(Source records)

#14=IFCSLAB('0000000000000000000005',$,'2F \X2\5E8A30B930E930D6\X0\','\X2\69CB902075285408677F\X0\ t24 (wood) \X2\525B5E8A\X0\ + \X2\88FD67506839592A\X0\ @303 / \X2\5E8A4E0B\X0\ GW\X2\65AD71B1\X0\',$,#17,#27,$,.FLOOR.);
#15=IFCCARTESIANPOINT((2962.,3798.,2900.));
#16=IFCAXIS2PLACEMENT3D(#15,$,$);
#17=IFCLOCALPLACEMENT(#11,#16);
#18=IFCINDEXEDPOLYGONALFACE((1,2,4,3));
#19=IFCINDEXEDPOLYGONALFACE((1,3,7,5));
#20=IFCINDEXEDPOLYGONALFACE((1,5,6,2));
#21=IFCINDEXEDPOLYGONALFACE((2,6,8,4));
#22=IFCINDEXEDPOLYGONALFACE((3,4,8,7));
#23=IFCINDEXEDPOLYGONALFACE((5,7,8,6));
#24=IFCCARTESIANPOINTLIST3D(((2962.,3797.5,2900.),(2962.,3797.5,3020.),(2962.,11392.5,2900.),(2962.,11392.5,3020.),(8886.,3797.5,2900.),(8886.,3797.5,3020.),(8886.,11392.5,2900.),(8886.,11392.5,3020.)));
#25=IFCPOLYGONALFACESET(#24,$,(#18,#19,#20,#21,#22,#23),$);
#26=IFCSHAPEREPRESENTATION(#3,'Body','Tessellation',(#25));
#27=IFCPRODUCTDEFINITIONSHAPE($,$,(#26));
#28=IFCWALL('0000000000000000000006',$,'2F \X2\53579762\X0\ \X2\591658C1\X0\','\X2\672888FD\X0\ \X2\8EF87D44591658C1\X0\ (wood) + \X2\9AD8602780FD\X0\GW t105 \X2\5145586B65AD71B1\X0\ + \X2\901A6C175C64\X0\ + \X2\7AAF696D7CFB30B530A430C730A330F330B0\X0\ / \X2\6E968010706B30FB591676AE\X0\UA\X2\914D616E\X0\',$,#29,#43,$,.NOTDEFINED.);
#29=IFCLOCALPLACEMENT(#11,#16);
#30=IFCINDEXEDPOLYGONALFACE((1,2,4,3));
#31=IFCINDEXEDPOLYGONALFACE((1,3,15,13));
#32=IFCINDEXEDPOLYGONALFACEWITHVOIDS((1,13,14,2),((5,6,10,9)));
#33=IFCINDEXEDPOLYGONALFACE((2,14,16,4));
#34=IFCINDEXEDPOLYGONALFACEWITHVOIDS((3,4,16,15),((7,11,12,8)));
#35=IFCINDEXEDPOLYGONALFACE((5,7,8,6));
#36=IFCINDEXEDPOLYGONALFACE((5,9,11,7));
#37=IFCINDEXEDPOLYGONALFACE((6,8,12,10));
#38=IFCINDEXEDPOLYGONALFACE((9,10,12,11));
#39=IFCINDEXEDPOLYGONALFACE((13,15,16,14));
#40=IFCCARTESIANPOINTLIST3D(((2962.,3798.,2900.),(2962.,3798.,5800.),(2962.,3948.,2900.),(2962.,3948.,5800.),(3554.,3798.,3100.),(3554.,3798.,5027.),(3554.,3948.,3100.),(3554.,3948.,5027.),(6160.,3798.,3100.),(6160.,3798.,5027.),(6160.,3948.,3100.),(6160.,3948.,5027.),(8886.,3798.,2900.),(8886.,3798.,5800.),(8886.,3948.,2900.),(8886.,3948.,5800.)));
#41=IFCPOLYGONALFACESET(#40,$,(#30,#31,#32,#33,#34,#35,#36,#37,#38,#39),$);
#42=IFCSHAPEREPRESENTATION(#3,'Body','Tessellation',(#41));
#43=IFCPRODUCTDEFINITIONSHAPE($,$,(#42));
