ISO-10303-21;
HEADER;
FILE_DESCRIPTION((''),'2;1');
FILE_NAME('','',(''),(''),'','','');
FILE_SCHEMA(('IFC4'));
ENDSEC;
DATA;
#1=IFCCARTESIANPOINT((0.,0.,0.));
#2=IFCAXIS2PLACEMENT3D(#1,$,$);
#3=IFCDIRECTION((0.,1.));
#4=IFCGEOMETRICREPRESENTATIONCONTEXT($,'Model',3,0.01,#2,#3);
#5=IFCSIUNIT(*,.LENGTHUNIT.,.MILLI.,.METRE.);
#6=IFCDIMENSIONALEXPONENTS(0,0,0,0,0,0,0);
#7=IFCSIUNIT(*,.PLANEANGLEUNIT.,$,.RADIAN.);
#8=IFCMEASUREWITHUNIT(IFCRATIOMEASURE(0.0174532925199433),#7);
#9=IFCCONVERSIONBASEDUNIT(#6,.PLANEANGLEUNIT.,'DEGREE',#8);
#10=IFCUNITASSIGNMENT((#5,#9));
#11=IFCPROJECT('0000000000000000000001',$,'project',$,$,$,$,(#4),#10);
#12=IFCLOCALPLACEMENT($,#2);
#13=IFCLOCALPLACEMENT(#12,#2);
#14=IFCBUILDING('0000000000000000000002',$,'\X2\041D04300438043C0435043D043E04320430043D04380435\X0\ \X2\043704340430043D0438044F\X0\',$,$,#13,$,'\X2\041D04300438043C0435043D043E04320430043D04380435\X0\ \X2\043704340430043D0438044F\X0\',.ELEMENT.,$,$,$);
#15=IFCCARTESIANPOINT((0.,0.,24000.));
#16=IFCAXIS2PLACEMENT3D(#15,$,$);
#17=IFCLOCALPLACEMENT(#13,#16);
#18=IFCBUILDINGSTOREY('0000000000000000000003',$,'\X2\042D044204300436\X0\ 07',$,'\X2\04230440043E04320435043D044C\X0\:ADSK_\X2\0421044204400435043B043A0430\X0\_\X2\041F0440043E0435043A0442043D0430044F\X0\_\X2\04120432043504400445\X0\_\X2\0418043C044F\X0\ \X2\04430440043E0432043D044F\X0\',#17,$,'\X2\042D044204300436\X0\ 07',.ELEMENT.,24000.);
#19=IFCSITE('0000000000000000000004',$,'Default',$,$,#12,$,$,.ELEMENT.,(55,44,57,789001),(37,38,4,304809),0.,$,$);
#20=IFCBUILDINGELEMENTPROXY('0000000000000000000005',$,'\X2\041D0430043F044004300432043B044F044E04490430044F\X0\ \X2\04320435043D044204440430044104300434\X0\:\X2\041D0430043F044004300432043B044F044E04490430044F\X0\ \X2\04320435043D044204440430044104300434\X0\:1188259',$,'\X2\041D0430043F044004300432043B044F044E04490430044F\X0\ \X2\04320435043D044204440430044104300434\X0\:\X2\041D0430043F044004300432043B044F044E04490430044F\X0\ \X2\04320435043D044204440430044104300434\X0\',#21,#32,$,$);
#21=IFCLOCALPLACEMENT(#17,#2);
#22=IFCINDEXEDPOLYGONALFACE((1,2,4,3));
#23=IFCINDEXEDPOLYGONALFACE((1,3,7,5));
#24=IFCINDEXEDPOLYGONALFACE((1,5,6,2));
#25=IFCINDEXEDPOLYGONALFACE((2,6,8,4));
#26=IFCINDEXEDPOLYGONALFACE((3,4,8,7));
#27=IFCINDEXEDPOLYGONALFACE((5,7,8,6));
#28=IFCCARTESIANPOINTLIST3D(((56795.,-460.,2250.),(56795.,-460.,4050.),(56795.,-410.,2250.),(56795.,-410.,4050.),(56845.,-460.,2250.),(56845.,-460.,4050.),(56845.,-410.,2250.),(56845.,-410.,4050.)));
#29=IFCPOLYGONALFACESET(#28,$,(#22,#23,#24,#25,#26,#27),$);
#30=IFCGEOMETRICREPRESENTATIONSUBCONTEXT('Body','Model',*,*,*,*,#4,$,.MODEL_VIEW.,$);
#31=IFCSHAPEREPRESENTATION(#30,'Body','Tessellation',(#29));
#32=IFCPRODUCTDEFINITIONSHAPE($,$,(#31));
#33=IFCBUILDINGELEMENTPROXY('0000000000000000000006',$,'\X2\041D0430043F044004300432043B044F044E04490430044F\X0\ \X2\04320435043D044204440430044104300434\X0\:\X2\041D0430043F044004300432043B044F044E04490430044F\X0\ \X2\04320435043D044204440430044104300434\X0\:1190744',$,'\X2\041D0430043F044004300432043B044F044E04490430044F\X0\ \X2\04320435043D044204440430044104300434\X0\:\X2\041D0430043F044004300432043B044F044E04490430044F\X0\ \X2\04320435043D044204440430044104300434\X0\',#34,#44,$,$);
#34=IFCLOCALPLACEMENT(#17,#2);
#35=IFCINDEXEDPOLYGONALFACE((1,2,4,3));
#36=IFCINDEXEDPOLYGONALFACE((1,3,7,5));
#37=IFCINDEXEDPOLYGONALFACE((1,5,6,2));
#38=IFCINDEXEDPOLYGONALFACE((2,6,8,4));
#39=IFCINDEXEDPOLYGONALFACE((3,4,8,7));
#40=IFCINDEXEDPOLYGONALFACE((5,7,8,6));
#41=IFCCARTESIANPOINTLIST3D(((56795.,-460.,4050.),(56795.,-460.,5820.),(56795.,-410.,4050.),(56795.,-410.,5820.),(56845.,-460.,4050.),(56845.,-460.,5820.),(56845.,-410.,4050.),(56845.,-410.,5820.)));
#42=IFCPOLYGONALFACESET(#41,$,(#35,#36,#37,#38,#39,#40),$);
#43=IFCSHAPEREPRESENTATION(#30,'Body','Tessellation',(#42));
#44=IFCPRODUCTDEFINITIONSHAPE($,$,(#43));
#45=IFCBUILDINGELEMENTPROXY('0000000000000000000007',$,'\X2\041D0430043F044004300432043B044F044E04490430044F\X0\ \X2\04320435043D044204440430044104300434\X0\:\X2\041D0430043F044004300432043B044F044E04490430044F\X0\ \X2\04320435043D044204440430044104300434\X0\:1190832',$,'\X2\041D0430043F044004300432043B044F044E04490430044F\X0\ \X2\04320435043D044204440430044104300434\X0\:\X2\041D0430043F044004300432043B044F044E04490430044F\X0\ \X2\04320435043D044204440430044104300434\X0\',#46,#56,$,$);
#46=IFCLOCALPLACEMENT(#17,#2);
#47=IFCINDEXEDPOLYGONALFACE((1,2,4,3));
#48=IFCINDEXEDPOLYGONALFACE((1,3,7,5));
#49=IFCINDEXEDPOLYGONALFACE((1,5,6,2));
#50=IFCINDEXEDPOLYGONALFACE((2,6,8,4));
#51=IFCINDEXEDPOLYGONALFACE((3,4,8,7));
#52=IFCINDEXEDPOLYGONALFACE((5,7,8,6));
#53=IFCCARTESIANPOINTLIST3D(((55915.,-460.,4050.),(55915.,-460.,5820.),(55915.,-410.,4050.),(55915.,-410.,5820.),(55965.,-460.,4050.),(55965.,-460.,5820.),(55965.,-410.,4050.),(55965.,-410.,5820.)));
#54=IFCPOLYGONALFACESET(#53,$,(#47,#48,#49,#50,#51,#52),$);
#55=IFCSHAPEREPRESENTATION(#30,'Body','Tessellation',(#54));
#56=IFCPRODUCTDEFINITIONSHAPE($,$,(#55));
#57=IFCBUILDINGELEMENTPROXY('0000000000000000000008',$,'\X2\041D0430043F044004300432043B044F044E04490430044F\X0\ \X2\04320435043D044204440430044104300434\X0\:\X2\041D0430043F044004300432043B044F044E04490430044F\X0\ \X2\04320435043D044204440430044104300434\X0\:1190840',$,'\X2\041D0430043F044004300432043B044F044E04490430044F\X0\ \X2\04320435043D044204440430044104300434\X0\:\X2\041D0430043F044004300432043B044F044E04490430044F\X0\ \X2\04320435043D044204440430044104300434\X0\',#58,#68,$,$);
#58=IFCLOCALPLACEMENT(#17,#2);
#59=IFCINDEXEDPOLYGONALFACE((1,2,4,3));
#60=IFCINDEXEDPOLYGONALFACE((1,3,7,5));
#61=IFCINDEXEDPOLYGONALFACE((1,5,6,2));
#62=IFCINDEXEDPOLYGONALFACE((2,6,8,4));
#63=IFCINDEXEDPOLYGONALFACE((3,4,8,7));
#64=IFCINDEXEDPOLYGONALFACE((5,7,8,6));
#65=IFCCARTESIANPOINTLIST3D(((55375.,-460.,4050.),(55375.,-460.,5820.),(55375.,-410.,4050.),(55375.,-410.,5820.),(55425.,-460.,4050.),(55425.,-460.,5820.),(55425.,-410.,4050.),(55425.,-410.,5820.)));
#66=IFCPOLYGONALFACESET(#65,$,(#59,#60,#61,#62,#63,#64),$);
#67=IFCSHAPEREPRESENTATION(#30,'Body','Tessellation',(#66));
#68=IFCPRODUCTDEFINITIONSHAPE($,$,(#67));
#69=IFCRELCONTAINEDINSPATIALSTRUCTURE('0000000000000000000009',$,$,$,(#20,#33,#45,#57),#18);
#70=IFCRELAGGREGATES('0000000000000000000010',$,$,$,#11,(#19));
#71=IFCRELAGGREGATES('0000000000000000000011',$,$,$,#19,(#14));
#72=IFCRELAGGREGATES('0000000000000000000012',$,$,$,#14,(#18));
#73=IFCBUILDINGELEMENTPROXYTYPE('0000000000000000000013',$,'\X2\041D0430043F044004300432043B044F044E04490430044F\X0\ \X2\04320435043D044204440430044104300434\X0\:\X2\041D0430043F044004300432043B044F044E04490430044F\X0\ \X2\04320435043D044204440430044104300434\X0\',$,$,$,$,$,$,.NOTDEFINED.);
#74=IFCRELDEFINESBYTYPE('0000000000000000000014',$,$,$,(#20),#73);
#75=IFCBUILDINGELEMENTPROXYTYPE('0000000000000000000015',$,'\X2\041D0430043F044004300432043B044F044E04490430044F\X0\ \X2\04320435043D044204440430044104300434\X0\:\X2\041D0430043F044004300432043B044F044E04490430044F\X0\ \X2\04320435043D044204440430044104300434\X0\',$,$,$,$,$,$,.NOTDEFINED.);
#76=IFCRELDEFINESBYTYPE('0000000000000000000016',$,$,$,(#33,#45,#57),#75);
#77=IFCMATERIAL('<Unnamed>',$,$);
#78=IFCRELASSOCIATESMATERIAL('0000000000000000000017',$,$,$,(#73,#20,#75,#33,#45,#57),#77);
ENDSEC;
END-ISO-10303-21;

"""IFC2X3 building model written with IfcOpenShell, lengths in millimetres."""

from ifc_helpers import new_model, entity, si_unit, converted_unit, direction, frame, origin, origin_2d_with_axis, place, context, subcontext, project, spatial, rectangle, extrude, source, transform, mapped, material, type_object, type_shapes, element, save


model = new_model("IFC2X3")

# Units and contexts
model_context = context("Model", 3, precision=0.01, world=origin(), true_north=direction((0.0, 1.0)))
body_context = subcontext(model_context, "Body", "Model", "MODEL_VIEW")
ifc_project = project(units=[si_unit("LENGTHUNIT", "METRE", prefix="MILLI"), converted_unit("PLANEANGLEUNIT", "DEGREE", entity("IfcRatioMeasure", 0.0174532925199433), si_unit("PLANEANGLEUNIT", "RADIAN"), dimensions=[0, 0, 0, 0, 0, 0, 0])], contexts=[model_context])

# Site, building, storey
site_placement = place(None, origin())
site = spatial("IfcSite", under=ifc_project, at=site_placement, Name="Default", CompositionType="ELEMENT", RefLatitude=(55, 44, 57, 789001), RefLongitude=(37, 38, 4, 304809), RefElevation=0.0)
building_placement = place(site_placement, origin())
building = spatial("IfcBuilding", under=site, at=building_placement, Name="Наименование здания", LongName="Наименование здания", CompositionType="ELEMENT")
storey_placement = place(building_placement, frame((0.0, 0.0, 24000.0)))
storey = spatial("IfcBuildingStorey", under=building, at=storey_placement, Name="Этаж 07", ObjectType="Уровень:ADSK_Стрелка_Проектная_Вверх_Имя уровня", LongName="Этаж 07", CompositionType="ELEMENT", Elevation=24000.0)

# Building element proxies
ifc_material_1 = material(Name="<Unnamed>")
building_element_proxy_type_1 = type_object("IfcBuildingElementProxyType", Name="Направляющая вентфасад:Направляющая вентфасад", PredefinedType="NOTDEFINED", material=ifc_material_1)
shared_shape_1 = source(origin(), body_context, "Body", "SweptSolid", [
    extrude(rectangle(XDim=50.0, YDim=50.0, at=origin_2d_with_axis()), frame((25.0, -25.0, 0.0), z_axis=(0.0, 0.0, 1.0), x_axis=(-1.0, 0.0, 0.0)), (0.0, 0.0, 1.0), 1800.0),
])
type_shapes(building_element_proxy_type_1, [shared_shape_1])
proxy_1_placement = place(storey_placement, frame((56795.0, -410.0, 2250.0)))
element("IfcBuildingElementProxy", 1, at=proxy_1_placement, inside=storey, type_object=building_element_proxy_type_1, material=ifc_material_1, Name="Направляющая вентфасад:Направляющая вентфасад:1188259", ObjectType="Направляющая вентфасад:Направляющая вентфасад", context=body_context, shape_type="MappedRepresentation", body=[
    mapped(shared_shape_1, transform((0.0, 0.0, 0.0), scale=1.0)),
])
building_element_proxy_type_2 = type_object("IfcBuildingElementProxyType", Name="Направляющая вентфасад:Направляющая вентфасад", PredefinedType="NOTDEFINED", material=ifc_material_1)
shared_shape_2 = source(origin(), body_context, "Body", "SweptSolid", [
    extrude(rectangle(XDim=50.0, YDim=50.0, at=origin_2d_with_axis()), frame((25.0, -25.0, 0.0), z_axis=(0.0, 0.0, 1.0), x_axis=(-1.0, 0.0, 0.0)), (0.0, 0.0, 1.0), 1770.0),
])
type_shapes(building_element_proxy_type_2, [shared_shape_2])
for number, where, name in (
    (2, (56795.0, -410.0, 4050.0), "Направляющая вентфасад:Направляющая вентфасад:1190744"),
    (3, (55915.0, -410.0, 4050.0), "Направляющая вентфасад:Направляющая вентфасад:1190832"),
    (4, (55375.0, -410.0, 4050.0), "Направляющая вентфасад:Направляющая вентфасад:1190840"),
):
    element("IfcBuildingElementProxy", number, at=place(storey_placement, frame(where)), inside=storey, type_object=building_element_proxy_type_2, material=ifc_material_1, Name=name, ObjectType="Направляющая вентфасад:Направляющая вентфасад", context=body_context, shape_type="MappedRepresentation", body=[
        mapped(shared_shape_2, transform((0.0, 0.0, 0.0), scale=1.0)),
    ])

save(model, "model.ifc")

TASK DETAILS
Given the records above, restate word for word only the lines starting at the one with "#18=IFCINDEXEDPOLYGONALFACE((1,2,4,3));" and ending at the one with "#26=IFCSHAPEREPRESENTATION(#3,'Body','Tessellation',(#25));".

EXERCISE RESULT
#18=IFCINDEXEDPOLYGONALFACE((1,2,4,3));
#19=IFCINDEXEDPOLYGONALFACE((1,3,7,5));
#20=IFCINDEXEDPOLYGONALFACE((1,5,6,2));
#21=IFCINDEXEDPOLYGONALFACE((2,6,8,4));
#22=IFCINDEXEDPOLYGONALFACE((3,4,8,7));
#23=IFCINDEXEDPOLYGONALFACE((5,7,8,6));
#24=IFCCARTESIANPOINTLIST3D(((2962.,3797.5,2900.),(2962.,3797.5,3020.),(2962.,11392.5,2900.),(2962.,11392.5,3020.),(8886.,3797.5,2900.),(8886.,3797.5,3020.),(8886.,11392.5,2900.),(8886.,11392.5,3020.)));
#25=IFCPOLYGONALFACESET(#24,$,(#18,#19,#20,#21,#22,#23),$);
#26=IFCSHAPEREPRESENTATION(#3,'Body','Tessellation',(#25));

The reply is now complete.